Exercise aim:
Would it be possible to quote, exactly and in full, the lines from the one with "#82=IFCPRODUCTDEFINITIONSHAPE($,$,(#81));" through the end of the entries below?

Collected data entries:
------------------------------------------------------------

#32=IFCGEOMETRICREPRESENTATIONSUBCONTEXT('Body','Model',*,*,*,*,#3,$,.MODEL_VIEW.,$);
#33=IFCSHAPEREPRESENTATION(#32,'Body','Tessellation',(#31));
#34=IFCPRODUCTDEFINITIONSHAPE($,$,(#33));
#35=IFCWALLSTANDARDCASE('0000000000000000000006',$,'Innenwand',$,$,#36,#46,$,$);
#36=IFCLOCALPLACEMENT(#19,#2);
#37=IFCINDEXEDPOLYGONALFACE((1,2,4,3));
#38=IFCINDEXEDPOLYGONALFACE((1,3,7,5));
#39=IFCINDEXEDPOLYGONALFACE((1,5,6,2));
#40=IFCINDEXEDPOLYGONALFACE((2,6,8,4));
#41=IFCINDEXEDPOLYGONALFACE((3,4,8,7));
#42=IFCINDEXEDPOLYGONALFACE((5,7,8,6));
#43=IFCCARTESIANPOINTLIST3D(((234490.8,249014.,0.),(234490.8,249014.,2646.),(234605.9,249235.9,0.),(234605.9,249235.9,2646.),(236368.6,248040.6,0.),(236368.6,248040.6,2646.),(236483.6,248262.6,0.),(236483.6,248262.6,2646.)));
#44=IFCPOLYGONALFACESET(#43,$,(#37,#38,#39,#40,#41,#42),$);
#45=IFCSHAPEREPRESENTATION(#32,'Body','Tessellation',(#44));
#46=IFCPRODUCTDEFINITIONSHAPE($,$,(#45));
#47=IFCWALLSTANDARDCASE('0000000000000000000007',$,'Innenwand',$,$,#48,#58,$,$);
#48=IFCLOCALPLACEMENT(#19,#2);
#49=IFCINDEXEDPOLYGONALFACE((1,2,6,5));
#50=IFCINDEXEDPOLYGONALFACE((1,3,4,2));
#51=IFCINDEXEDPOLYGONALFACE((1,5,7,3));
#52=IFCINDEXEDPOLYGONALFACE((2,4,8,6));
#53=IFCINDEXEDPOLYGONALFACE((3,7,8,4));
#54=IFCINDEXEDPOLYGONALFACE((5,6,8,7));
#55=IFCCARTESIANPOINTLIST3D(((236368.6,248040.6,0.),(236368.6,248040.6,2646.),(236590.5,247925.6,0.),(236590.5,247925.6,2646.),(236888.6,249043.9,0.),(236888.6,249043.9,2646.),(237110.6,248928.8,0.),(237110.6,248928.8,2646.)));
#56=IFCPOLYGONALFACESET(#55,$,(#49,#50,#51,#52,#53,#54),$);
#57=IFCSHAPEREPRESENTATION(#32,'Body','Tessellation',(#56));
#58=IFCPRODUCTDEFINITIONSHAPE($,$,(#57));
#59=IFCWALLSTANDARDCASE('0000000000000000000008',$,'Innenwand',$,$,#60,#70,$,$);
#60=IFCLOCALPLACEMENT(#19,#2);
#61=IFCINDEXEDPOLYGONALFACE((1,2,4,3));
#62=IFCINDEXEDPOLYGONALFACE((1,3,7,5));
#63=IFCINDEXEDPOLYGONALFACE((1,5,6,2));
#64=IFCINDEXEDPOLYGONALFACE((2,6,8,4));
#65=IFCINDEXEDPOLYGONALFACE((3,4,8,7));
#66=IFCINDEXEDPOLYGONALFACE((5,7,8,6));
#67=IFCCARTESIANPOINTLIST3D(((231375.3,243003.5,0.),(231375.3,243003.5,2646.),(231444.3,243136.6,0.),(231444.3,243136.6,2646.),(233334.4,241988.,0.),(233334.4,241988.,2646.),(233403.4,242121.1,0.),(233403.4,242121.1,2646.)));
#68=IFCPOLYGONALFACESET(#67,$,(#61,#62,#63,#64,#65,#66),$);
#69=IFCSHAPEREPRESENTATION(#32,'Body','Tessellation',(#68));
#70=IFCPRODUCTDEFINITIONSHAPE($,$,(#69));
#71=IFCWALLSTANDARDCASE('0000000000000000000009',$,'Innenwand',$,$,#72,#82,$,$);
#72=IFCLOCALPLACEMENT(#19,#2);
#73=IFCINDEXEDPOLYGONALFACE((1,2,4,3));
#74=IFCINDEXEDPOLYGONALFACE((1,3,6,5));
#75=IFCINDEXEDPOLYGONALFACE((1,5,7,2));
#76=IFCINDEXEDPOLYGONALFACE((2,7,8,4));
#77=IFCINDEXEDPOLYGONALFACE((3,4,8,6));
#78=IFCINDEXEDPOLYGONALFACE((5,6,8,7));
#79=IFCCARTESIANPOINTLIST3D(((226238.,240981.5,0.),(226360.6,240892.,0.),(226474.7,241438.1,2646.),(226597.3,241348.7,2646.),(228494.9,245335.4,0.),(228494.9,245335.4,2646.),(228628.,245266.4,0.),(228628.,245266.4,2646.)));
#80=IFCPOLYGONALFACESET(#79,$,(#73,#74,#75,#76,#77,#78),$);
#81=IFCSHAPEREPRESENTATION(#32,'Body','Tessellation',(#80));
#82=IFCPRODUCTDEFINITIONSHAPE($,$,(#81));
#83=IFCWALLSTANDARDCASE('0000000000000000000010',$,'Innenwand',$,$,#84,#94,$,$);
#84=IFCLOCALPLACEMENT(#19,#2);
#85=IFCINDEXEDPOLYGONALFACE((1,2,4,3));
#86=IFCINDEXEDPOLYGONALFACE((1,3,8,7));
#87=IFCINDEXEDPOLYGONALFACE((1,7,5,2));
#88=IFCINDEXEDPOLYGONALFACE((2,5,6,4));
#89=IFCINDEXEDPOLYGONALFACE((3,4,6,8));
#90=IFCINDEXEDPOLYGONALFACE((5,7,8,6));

------------------------------------------------------------

The answer:
#82=IFCPRODUCTDEFINITIONSHAPE($,$,(#81));
#83=IFCWALLSTANDARDCASE('0000000000000000000010',$,'Innenwand',$,$,#84,#94,$,$);
#84=IFCLOCALPLACEMENT(#19,#2);
#85=IFCINDEXEDPOLYGONALFACE((1,2,4,3));
#86=IFCINDEXEDPOLYGONALFACE((1,3,8,7));
#87=IFCINDEXEDPOLYGONALFACE((1,7,5,2));
#88=IFCINDEXEDPOLYGONALFACE((2,5,6,4));
#89=IFCINDEXEDPOLYGONALFACE((3,4,6,8));
#90=IFCINDEXEDPOLYGONALFACE((5,7,8,6));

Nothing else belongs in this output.